■ Work task:
Start at the line below containing "#185=IFCINDEXEDPOLYGONALFACE((1,2,4,3));" and stop at the line containing "#220=IFCRELAGGREGATES('0000000000000000000023',$,$,$,#8,(#12));". Repeat every line of that stretch exactly, and nothing outside it.

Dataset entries
# # # # # # #

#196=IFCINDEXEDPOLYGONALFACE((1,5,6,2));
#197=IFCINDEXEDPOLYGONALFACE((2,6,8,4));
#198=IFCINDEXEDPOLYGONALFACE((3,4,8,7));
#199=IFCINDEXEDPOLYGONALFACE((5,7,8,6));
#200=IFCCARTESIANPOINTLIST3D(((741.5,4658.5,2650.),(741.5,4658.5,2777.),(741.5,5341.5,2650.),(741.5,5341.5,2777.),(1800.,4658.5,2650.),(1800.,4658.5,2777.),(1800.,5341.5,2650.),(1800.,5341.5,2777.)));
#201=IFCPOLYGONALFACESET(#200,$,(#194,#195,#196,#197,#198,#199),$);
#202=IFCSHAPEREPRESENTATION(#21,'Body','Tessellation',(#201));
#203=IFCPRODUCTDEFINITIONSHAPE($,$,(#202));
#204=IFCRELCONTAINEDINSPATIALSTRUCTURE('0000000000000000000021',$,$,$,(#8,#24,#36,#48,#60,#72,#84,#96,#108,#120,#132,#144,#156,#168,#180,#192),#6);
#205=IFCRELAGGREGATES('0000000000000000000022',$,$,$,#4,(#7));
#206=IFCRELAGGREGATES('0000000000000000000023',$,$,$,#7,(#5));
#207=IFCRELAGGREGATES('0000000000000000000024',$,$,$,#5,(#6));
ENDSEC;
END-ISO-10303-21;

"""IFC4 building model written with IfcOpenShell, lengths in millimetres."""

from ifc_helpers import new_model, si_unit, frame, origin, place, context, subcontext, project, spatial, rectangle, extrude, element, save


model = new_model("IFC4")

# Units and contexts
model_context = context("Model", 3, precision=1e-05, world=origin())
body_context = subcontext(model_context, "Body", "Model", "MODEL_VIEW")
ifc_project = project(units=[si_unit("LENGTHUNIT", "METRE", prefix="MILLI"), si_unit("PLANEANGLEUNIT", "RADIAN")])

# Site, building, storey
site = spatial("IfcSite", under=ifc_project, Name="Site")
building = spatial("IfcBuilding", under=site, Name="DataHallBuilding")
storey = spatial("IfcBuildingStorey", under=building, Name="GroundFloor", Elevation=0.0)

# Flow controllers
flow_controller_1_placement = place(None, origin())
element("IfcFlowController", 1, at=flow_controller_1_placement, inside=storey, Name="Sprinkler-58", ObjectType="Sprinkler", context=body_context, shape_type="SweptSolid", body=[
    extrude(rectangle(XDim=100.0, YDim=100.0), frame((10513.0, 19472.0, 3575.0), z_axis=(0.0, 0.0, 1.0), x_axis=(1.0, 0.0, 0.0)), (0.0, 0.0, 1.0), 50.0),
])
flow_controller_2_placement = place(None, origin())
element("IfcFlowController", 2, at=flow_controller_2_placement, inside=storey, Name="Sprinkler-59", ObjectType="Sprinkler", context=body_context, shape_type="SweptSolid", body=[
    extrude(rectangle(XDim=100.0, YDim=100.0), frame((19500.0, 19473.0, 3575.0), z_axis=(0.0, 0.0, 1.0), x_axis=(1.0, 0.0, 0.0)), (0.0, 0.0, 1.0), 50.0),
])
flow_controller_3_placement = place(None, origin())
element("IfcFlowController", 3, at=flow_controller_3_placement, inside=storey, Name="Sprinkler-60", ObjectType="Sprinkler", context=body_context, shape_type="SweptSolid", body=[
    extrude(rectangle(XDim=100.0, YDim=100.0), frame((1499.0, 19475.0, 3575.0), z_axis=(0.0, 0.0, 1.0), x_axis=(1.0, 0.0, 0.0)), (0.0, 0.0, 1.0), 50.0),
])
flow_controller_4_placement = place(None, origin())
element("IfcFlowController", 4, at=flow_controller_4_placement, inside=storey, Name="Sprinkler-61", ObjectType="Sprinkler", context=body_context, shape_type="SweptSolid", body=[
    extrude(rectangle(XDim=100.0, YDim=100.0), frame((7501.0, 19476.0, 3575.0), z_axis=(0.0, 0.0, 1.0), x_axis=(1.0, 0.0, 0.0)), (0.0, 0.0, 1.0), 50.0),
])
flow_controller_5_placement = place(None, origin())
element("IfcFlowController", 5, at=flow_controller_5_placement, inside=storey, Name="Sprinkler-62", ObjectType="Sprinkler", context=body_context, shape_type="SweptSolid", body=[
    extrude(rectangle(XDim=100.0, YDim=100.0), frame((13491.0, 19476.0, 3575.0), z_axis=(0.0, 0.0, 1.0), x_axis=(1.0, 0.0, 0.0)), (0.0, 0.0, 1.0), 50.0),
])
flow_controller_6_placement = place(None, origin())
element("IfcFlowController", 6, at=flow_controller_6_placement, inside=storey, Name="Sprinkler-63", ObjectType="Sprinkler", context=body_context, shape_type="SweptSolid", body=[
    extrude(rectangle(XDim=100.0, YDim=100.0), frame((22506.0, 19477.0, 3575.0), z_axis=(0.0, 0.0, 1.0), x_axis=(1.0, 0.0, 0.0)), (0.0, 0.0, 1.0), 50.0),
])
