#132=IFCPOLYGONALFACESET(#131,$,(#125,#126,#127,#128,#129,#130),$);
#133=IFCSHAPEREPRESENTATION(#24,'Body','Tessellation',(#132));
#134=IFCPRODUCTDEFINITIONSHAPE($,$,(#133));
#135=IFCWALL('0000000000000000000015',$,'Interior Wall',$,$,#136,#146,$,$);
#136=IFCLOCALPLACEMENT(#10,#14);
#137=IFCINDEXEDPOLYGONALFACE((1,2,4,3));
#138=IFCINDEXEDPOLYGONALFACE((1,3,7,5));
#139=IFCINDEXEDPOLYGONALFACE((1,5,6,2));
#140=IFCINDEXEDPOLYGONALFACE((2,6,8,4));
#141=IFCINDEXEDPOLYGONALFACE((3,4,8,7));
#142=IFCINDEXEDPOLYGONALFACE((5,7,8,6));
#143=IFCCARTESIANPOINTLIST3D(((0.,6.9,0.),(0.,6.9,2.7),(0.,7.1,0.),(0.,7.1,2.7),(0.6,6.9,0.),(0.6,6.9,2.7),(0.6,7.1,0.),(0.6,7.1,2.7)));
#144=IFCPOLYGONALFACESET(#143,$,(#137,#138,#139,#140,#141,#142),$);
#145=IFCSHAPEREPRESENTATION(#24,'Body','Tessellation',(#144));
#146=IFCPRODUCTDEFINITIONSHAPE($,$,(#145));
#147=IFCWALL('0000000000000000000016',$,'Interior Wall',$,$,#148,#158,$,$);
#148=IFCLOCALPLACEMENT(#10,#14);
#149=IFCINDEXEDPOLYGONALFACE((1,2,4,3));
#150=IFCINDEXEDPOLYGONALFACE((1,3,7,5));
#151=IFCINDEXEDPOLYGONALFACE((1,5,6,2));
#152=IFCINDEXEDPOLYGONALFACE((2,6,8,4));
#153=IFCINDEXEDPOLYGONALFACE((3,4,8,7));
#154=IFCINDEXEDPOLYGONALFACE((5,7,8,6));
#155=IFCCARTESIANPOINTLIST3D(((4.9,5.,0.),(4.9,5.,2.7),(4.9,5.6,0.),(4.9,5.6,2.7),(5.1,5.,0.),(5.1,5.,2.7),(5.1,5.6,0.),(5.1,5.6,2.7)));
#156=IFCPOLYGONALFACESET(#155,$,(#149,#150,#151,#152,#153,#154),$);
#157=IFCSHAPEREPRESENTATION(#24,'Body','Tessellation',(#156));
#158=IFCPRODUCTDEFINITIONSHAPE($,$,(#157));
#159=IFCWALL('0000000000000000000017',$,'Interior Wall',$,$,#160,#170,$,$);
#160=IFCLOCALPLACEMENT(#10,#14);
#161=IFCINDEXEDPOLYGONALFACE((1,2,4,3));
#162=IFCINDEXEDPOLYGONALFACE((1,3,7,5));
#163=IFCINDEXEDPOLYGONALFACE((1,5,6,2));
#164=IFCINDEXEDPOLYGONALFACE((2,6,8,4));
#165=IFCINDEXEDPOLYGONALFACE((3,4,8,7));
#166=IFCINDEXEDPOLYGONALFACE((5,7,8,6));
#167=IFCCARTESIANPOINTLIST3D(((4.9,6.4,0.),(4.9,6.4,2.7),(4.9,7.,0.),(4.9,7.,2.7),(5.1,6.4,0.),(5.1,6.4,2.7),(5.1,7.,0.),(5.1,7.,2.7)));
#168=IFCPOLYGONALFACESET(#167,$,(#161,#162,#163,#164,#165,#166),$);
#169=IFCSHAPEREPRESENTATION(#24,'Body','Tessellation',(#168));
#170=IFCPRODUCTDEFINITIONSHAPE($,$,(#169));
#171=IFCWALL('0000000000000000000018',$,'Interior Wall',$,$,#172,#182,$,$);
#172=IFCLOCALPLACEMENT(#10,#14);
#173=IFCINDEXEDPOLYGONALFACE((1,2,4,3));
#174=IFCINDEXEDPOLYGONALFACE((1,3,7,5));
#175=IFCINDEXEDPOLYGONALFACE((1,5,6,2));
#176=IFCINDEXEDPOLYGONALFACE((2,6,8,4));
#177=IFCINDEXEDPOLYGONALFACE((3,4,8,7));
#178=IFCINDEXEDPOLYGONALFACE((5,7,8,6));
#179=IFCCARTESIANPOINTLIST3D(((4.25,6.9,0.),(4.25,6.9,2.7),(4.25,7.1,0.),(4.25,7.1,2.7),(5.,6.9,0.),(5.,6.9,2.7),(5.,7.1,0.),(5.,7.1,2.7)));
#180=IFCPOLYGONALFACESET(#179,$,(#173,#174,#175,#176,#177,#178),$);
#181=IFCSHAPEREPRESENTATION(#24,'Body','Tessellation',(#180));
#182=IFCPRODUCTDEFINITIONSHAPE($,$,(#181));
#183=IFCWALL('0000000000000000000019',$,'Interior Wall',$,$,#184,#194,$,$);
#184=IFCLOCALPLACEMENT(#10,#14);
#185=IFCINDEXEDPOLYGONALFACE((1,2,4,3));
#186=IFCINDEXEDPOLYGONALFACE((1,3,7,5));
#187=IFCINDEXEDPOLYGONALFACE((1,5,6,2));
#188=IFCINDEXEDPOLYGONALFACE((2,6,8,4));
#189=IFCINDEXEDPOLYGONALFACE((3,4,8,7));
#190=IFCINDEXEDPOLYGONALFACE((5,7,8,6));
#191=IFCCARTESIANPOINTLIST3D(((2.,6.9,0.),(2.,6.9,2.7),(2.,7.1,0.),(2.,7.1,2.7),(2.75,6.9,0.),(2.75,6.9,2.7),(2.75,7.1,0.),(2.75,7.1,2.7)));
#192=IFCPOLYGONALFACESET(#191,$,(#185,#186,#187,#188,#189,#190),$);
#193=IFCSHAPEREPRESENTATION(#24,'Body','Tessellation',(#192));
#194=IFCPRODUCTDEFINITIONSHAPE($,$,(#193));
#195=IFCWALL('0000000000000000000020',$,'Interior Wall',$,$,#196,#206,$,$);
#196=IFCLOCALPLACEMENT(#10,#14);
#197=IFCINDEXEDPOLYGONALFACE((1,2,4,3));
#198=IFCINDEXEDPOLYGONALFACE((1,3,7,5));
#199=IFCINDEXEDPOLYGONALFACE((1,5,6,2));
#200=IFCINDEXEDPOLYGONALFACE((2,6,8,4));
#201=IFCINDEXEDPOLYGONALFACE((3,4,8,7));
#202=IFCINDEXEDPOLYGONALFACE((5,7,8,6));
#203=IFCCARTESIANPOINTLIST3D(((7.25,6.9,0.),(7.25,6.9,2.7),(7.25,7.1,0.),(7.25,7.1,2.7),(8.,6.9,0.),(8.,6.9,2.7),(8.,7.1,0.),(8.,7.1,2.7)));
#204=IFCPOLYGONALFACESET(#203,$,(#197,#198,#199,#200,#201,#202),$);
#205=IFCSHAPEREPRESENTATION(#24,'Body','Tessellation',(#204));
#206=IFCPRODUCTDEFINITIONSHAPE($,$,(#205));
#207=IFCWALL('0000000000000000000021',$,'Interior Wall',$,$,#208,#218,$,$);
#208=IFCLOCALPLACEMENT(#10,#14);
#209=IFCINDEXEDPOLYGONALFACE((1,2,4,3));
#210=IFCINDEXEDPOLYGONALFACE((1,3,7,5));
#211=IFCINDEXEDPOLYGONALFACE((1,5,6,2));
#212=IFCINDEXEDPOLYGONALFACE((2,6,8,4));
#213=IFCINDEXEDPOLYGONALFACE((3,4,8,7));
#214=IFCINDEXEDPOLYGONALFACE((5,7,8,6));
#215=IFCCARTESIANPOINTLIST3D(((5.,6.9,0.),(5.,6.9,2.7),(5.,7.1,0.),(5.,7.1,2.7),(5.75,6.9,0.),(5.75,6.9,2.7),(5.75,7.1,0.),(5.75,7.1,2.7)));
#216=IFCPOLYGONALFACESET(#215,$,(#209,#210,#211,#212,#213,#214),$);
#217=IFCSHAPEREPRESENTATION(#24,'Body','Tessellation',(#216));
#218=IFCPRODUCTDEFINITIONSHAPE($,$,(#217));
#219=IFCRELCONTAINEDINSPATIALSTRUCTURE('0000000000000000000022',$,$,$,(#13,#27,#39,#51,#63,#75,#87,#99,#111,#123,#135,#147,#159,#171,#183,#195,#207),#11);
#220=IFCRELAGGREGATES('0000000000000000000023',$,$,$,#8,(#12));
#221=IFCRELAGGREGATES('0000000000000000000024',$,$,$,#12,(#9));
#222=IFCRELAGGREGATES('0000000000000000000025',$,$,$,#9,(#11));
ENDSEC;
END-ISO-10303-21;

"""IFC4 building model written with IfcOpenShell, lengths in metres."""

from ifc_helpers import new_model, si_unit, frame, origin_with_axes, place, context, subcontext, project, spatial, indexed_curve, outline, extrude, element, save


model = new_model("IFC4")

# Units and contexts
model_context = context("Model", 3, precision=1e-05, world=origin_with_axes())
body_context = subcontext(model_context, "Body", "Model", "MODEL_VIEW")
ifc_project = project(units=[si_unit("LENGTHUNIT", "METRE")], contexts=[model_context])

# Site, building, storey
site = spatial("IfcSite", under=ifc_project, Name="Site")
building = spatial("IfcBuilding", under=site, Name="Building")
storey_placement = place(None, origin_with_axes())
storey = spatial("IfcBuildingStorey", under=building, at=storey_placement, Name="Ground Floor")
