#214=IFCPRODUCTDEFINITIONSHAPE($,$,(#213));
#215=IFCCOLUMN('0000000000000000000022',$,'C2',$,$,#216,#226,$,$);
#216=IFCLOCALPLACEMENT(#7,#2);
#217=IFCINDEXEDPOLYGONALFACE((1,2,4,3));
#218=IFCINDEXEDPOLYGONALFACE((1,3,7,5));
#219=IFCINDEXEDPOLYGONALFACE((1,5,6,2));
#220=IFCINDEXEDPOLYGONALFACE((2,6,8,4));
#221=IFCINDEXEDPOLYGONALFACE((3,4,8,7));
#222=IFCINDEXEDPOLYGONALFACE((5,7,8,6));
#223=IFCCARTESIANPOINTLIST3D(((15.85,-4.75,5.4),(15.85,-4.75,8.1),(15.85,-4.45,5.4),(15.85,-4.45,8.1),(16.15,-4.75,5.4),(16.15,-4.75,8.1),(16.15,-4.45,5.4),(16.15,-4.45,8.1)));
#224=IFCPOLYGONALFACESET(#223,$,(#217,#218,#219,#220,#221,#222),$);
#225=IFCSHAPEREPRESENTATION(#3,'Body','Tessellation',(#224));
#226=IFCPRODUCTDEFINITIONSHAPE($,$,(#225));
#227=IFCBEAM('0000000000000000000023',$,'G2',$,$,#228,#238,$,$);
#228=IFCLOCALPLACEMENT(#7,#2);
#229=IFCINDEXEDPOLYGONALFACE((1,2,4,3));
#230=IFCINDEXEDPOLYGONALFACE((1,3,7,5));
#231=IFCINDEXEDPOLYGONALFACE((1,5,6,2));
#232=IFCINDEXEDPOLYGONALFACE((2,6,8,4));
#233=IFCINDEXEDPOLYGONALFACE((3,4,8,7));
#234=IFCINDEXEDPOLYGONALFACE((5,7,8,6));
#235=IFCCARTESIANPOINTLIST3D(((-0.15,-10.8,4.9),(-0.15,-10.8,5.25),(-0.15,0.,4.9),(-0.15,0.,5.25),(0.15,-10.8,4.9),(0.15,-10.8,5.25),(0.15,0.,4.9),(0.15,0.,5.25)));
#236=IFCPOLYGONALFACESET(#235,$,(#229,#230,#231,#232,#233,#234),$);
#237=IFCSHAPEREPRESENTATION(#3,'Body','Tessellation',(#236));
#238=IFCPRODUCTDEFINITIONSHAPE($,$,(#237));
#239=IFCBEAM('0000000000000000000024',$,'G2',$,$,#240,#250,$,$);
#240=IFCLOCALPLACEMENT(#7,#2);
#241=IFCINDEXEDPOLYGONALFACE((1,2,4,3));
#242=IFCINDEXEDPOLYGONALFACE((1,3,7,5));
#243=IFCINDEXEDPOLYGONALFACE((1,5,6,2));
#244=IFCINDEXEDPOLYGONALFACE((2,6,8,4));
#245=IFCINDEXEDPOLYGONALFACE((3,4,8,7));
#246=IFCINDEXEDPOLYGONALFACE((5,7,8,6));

# # # # # # #

■ Response to this task:
#185=IFCINDEXEDPOLYGONALFACE((1,2,4,3));
#186=IFCINDEXEDPOLYGONALFACE((1,3,7,5));
#187=IFCINDEXEDPOLYGONALFACE((1,5,6,2));
#188=IFCINDEXEDPOLYGONALFACE((2,6,8,4));
#189=IFCINDEXEDPOLYGONALFACE((3,4,8,7));
#190=IFCINDEXEDPOLYGONALFACE((5,7,8,6));
#191=IFCCARTESIANPOINTLIST3D(((2.,6.9,0.),(2.,6.9,2.7),(2.,7.1,0.),(2.,7.1,2.7),(2.75,6.9,0.),(2.75,6.9,2.7),(2.75,7.1,0.),(2.75,7.1,2.7)));
#192=IFCPOLYGONALFACESET(#191,$,(#185,#186,#187,#188,#189,#190),$);
#193=IFCSHAPEREPRESENTATION(#24,'Body','Tessellation',(#192));
#194=IFCPRODUCTDEFINITIONSHAPE($,$,(#193));
#195=IFCWALL('0000000000000000000020',$,'Interior Wall',$,$,#196,#206,$,$);
#196=IFCLOCALPLACEMENT(#10,#14);
#197=IFCINDEXEDPOLYGONALFACE((1,2,4,3));
#198=IFCINDEXEDPOLYGONALFACE((1,3,7,5));
#199=IFCINDEXEDPOLYGONALFACE((1,5,6,2));
#200=IFCINDEXEDPOLYGONALFACE((2,6,8,4));
#201=IFCINDEXEDPOLYGONALFACE((3,4,8,7));
#202=IFCINDEXEDPOLYGONALFACE((5,7,8,6));
#203=IFCCARTESIANPOINTLIST3D(((7.25,6.9,0.),(7.25,6.9,2.7),(7.25,7.1,0.),(7.25,7.1,2.7),(8.,6.9,0.),(8.,6.9,2.7),(8.,7.1,0.),(8.,7.1,2.7)));
#204=IFCPOLYGONALFACESET(#203,$,(#197,#198,#199,#200,#201,#202),$);
#205=IFCSHAPEREPRESENTATION(#24,'Body','Tessellation',(#204));
#206=IFCPRODUCTDEFINITIONSHAPE($,$,(#205));
#207=IFCWALL('0000000000000000000021',$,'Interior Wall',$,$,#208,#218,$,$);
#208=IFCLOCALPLACEMENT(#10,#14);
#209=IFCINDEXEDPOLYGONALFACE((1,2,4,3));
#210=IFCINDEXEDPOLYGONALFACE((1,3,7,5));
#211=IFCINDEXEDPOLYGONALFACE((1,5,6,2));
#212=IFCINDEXEDPOLYGONALFACE((2,6,8,4));
#213=IFCINDEXEDPOLYGONALFACE((3,4,8,7));
#214=IFCINDEXEDPOLYGONALFACE((5,7,8,6));
#215=IFCCARTESIANPOINTLIST3D(((5.,6.9,0.),(5.,6.9,2.7),(5.,7.1,0.),(5.,7.1,2.7),(5.75,6.9,0.),(5.75,6.9,2.7),(5.75,7.1,0.),(5.75,7.1,2.7)));
#216=IFCPOLYGONALFACESET(#215,$,(#209,#210,#211,#212,#213,#214),$);
#217=IFCSHAPEREPRESENTATION(#24,'Body','Tessellation',(#216));
#218=IFCPRODUCTDEFINITIONSHAPE($,$,(#217));
#219=IFCRELCONTAINEDINSPATIALSTRUCTURE('0000000000000000000022',$,$,$,(#13,#27,#39,#51,#63,#75,#87,#99,#111,#123,#135,#147,#159,#171,#183,#195,#207),#11);
#220=IFCRELAGGREGATES('0000000000000000000023',$,$,$,#8,(#12));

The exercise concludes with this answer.